We are only going to do out analysis on the migrants whose destination is the US, so we filter US using subset. We then remove the US column which is now redundant as this dataset only contains data for US as destination.
We then convert the data to long format.
Although the column numbers which contains migration numbers is stated numeric, the commas in between will cause problems when analysing, so we remove those commas.
migrant1<-subset(migrant, destination=="United States of America") #only filter the US Data
migrant1<-migrant1[,-2] #Removing the US column as this data is all about US as destination
migrant1<-migrant1%>%
gather(key="country", value="numbers", Afghanistan:Zimbabwe) #convert to long format
migrant1<-na.omit(migrant1) #remove the NAs
str(migrant1)
## 'data.frame': 1050 obs. of 3 variables:
## $ year : chr "1990" "1995" "2000" "2005" ...
## $ country: chr "Afghanistan" "Afghanistan" "Afghanistan" "Afghanistan" ...
## $ numbers: chr "28,444" "37,312" "46,342" "51,965" ...
## - attr(*, "na.action")= 'omit' Named int 22 23 24 25 26 27 28 29 30 31 ...
## ..- attr(*, "names")= chr "22" "23" "24" "25" ...
migrant1$numbers<- as.numeric(gsub(",", "", as.character(migrant1$numbers))) # convert character to numeric so summarization and other analysis may be done.

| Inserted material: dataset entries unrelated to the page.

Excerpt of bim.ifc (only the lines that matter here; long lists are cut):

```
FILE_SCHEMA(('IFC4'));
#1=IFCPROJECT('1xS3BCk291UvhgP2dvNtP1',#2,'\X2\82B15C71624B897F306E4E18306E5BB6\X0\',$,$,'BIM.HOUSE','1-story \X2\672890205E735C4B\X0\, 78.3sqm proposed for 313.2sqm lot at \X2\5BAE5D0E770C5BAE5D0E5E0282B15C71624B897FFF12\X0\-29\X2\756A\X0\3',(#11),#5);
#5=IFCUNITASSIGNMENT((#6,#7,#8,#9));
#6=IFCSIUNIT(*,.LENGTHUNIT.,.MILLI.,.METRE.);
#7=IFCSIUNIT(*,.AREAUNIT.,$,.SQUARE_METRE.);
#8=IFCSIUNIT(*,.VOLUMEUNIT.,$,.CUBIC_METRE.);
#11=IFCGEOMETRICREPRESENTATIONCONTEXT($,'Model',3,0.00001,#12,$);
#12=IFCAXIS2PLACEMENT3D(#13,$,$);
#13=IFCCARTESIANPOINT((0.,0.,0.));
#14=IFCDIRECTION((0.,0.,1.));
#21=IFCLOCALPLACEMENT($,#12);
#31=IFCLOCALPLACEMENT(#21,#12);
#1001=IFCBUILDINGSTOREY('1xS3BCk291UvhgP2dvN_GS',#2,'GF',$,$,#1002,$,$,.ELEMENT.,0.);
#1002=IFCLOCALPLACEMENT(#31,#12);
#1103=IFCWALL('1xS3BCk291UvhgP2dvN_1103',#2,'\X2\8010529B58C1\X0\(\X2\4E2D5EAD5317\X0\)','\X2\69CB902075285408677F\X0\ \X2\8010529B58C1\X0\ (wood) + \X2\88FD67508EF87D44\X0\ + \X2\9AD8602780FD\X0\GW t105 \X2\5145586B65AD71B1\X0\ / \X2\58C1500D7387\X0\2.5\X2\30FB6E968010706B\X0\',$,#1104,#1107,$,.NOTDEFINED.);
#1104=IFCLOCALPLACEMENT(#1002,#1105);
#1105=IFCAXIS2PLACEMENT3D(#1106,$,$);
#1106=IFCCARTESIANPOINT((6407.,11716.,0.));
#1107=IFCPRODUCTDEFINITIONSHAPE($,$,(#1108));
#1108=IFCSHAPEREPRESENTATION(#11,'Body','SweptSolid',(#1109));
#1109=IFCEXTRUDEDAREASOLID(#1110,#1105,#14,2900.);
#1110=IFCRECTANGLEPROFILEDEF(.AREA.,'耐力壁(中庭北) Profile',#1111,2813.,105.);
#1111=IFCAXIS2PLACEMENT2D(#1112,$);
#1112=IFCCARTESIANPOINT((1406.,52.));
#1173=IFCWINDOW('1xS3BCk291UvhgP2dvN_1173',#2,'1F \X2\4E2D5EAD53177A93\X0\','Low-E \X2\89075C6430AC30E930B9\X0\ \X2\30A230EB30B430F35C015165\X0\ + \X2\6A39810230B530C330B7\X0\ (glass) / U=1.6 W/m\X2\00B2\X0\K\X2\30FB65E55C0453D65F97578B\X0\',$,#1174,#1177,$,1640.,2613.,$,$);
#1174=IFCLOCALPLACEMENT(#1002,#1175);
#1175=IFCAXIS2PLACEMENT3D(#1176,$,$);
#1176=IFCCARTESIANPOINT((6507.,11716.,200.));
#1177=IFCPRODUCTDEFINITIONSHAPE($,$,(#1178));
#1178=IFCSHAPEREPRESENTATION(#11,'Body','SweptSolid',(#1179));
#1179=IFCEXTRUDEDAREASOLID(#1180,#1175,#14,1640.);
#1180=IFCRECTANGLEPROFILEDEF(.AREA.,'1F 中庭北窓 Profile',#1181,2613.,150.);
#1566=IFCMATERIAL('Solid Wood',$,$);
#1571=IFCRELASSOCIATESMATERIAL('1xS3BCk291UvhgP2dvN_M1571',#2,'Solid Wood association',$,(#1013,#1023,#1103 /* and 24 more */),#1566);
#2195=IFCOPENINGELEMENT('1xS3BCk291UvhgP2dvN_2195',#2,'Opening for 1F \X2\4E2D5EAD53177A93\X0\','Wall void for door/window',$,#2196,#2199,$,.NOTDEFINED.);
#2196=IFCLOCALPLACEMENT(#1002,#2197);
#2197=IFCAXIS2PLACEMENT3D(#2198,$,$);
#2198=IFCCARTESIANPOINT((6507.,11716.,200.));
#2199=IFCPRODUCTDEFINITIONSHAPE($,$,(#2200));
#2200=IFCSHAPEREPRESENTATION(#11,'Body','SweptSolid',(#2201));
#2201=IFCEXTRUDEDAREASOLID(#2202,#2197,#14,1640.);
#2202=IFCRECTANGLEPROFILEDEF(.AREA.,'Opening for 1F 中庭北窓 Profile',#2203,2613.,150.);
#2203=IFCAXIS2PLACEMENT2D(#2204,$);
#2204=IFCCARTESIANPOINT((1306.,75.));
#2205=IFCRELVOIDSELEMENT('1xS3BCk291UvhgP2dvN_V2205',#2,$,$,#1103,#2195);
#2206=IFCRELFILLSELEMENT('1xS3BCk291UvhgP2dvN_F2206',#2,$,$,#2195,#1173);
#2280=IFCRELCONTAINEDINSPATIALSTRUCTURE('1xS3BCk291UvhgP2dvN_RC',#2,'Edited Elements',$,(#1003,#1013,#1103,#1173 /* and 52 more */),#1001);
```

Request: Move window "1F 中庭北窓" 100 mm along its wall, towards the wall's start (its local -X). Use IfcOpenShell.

```python
import ifcopenshell
import ifcopenshell.api.geometry
import ifcopenshell.util.placement
import ifcopenshell.util.unit

model = ifcopenshell.open("bim.ifc")
unit_scale = ifcopenshell.util.unit.calculate_unit_scale(model)

window = model.by_guid("1xS3BCk291UvhgP2dvN_1173")
opening = window.FillsVoids[0].RelatingOpeningElement
wall = opening.VoidsElements[0].RelatingBuildingElement

wall_matrix = ifcopenshell.util.placement.get_local_placement(wall.ObjectPlacement)
shift = wall_matrix[:3, 0] * -0.1 / unit_scale
before = ifcopenshell.util.placement.get_local_placement(window.ObjectPlacement)[:3, 3].copy()

# The window is not placed relative to its opening, so move both.
for product in (opening, window):
    matrix = ifcopenshell.util.placement.get_local_placement(product.ObjectPlacement)
    matrix[:3, 3] += shift
    ifcopenshell.api.geometry.edit_object_placement(model, product=product, matrix=matrix, is_si=False)

after = ifcopenshell.util.placement.get_local_placement(window.ObjectPlacement)[:3, 3]
print("window moved by", (after - before).round(3) + 0.0)

model.write("bim_v2.ifc")
```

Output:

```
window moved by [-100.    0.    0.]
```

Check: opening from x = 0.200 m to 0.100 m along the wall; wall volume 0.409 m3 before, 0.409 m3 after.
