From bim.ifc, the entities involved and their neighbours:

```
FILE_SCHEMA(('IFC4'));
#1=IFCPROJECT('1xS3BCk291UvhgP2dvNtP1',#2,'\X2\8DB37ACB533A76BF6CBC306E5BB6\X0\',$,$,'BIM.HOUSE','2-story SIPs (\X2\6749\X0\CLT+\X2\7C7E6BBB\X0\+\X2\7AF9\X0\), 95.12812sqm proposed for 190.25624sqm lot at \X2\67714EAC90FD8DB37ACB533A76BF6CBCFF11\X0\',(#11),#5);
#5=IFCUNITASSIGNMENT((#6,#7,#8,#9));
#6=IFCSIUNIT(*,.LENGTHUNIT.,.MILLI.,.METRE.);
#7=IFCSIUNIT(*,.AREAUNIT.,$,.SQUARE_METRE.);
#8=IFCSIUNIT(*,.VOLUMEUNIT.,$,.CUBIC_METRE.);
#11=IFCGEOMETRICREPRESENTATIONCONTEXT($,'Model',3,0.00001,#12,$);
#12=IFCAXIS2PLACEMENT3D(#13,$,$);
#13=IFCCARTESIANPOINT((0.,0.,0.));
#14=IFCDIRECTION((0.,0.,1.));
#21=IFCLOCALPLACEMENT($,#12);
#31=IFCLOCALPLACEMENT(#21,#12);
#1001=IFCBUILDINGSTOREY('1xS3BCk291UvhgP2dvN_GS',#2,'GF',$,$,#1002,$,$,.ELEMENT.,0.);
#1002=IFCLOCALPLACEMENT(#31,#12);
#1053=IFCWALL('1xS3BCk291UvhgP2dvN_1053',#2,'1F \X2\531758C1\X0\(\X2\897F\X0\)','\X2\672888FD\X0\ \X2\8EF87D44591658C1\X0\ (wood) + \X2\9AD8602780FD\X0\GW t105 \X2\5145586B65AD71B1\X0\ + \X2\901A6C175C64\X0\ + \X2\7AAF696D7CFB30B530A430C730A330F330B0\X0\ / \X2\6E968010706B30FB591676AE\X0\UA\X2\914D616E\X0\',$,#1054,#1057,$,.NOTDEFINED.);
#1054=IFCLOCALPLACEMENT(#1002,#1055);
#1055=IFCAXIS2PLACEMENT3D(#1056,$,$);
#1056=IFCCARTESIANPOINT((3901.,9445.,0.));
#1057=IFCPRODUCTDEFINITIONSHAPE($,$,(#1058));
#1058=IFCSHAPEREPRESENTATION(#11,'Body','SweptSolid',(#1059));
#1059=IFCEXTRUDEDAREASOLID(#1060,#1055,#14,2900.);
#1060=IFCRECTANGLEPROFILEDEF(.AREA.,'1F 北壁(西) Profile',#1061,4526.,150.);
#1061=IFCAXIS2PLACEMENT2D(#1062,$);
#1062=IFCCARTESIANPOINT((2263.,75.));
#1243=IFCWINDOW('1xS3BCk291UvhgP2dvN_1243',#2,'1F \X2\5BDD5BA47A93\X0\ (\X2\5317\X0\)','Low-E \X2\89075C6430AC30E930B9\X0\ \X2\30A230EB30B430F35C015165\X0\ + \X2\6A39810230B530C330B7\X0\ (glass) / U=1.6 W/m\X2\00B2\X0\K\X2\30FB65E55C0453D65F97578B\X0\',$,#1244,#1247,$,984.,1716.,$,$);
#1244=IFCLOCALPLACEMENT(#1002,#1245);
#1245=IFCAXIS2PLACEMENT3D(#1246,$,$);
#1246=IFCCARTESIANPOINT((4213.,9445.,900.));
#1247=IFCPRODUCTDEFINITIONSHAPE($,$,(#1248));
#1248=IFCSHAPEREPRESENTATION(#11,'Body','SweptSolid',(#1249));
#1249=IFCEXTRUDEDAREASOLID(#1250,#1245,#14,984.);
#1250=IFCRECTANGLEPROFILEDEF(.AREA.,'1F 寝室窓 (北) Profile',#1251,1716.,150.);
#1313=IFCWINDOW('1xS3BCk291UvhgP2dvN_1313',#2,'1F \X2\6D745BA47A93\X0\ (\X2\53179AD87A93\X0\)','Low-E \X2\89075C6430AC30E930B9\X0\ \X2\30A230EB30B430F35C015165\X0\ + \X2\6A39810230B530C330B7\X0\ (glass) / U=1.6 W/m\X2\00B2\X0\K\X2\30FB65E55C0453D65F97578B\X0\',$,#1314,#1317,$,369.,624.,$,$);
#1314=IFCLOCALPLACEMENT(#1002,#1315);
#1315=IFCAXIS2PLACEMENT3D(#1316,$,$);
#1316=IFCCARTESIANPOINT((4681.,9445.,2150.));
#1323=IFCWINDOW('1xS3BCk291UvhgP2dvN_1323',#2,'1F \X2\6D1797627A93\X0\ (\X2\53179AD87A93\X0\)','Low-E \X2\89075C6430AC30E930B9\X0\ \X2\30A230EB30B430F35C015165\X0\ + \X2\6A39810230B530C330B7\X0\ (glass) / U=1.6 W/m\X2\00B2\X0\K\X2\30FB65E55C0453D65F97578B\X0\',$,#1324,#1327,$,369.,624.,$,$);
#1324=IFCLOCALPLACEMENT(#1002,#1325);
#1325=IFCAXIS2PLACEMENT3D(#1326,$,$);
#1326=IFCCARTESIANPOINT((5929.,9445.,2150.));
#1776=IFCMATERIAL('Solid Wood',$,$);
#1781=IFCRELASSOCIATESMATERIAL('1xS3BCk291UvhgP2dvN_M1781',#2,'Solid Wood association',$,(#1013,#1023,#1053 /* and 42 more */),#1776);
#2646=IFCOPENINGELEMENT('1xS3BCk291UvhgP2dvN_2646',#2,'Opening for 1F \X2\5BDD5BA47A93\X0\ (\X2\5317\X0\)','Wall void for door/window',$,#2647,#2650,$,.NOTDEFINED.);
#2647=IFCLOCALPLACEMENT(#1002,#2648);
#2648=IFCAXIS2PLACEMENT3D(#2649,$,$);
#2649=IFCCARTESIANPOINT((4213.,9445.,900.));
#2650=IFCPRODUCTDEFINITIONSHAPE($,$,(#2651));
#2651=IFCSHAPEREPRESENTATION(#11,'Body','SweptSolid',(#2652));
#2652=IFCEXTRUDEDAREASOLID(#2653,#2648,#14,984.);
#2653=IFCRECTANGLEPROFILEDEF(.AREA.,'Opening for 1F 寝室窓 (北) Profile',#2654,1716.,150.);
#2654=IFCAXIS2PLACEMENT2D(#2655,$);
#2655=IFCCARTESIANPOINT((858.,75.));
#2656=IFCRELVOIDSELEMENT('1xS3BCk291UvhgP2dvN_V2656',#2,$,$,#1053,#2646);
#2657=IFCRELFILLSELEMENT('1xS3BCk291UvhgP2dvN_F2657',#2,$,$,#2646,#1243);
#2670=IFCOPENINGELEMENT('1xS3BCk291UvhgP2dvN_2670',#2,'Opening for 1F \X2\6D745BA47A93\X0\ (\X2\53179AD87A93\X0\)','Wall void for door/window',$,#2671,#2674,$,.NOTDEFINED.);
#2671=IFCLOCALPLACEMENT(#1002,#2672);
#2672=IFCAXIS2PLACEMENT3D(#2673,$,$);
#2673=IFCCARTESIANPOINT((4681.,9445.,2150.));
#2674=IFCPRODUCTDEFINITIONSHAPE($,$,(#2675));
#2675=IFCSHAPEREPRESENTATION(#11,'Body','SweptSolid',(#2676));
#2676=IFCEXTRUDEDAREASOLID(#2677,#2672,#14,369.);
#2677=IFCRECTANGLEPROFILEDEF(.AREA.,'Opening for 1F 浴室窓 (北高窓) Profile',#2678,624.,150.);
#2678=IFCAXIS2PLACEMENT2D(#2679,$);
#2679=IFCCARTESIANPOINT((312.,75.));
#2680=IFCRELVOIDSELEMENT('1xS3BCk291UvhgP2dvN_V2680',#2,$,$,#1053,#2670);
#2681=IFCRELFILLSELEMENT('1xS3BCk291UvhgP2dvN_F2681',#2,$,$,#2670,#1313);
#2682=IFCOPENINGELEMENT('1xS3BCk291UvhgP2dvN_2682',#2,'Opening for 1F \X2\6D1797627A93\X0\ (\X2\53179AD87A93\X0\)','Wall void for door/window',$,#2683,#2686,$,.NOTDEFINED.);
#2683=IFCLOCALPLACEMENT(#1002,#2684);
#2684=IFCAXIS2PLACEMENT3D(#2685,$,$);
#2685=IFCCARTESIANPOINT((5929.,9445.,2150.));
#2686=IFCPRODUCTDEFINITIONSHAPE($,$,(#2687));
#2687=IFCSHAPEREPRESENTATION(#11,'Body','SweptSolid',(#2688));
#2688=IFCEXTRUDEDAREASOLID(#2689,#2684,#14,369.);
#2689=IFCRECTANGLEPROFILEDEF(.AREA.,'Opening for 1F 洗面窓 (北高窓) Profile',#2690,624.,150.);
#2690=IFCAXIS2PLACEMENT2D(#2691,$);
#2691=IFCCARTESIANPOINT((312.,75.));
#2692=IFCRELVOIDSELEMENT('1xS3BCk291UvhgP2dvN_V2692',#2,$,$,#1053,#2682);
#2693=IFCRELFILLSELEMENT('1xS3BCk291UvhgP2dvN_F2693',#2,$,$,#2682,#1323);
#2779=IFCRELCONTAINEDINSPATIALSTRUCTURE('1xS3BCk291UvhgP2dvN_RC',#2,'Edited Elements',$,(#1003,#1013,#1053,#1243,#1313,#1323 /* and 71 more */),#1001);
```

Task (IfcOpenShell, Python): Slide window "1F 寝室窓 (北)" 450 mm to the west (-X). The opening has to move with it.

```python
import ifcopenshell
import ifcopenshell.api.geometry
import ifcopenshell.util.placement

model = ifcopenshell.open("bim.ifc")

window = model.by_id(1243)
opening = window.FillsVoids[0].RelatingOpeningElement
wall = opening.VoidsElements[0].RelatingBuildingElement

wall_matrix = ifcopenshell.util.placement.get_local_placement(wall.ObjectPlacement)
shift = wall_matrix[:3, 0] * -450.0
before = ifcopenshell.util.placement.get_local_placement(window.ObjectPlacement)[:3, 3].copy()

# The window is not placed relative to its opening, so move both.
for product in (opening, window):
    matrix = ifcopenshell.util.placement.get_local_placement(product.ObjectPlacement)
    matrix[:3, 3] += shift
    ifcopenshell.api.geometry.edit_object_placement(model, product=product, matrix=matrix, is_si=False)

after = ifcopenshell.util.placement.get_local_placement(window.ObjectPlacement)[:3, 3]
print("window moved by", (after - before).round(3) + 0.0)

model.write("bim_v2.ifc")
```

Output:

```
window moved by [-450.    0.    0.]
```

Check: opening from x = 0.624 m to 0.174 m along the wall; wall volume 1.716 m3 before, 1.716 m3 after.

1)Top ten places where immigrants came from in the last 19 years to the US
We can see that the top three countries where immigrants came from in the last 19 years are Mexico, China and Puerto Rico.
migrant2<-migrant1%>%
group_by(country)%>%
summarize(totalmigrants=sum(numbers))%>%
top_n(10,totalmigrants)%>%
arrange(desc(totalmigrants))
migrant2
## # A tibble: 10 x 2
## country totalmigrants
## <chr> <dbl>
## 1 Mexico 66449196
## 2 China 12287459
## 3 Puerto Rico 10995652
## 4 Philippines 10941865
## 5 India 10471258
## 6 Viet Nam 7344249
## 7 Cuba 7010218
## 8 El Salvador 6925286
## 9 Republic of Korea 6441503
## 10 Canada 5746699
Have migration patterns changed in the last 5 years?
In the last three years, we see that the top 3 countries whose citizens are migrating to the US are Vietnam, Korea and Guatemala accounting for almost 35% of total migration into the US.
migrant3<-migrant1%>%
filter(year>=2014 & year<=2019)%>%
group_by(country)%>%
summarize(totalmigrants=sum(numbers))%>%
mutate(percent=totalmigrants/sum(totalmigrants)*100)%>%
top_n(10,percent)%>%
arrange(desc(percent))
ggplot(migrant3, aes(x = country, y = percent, fill=country )) +
geom_col(position = "dodge") +
ggtitle("US: Top ten countries by immigrants from 2014 to 2019")
2)Which year had the most immigrants moving into the US?
we can see that 2019 had the most number of immigrants into the US, in fact the no of immigrants are increasing every year
migrant4<-migrant1%>%
group_by(year)%>%
summarize(totalmigrants=sum(numbers))%>%
top_n(10,totalmigrants)%>%
arrange(desc(totalmigrants))
ggplot(migrant4, aes(x = year, y =totalmigrants)) +
geom_col(position = "dodge") +
scale_y_discrete("totalmigrants")
Let us plot where the immigrants to US during 1990 to 2019 came from using a map.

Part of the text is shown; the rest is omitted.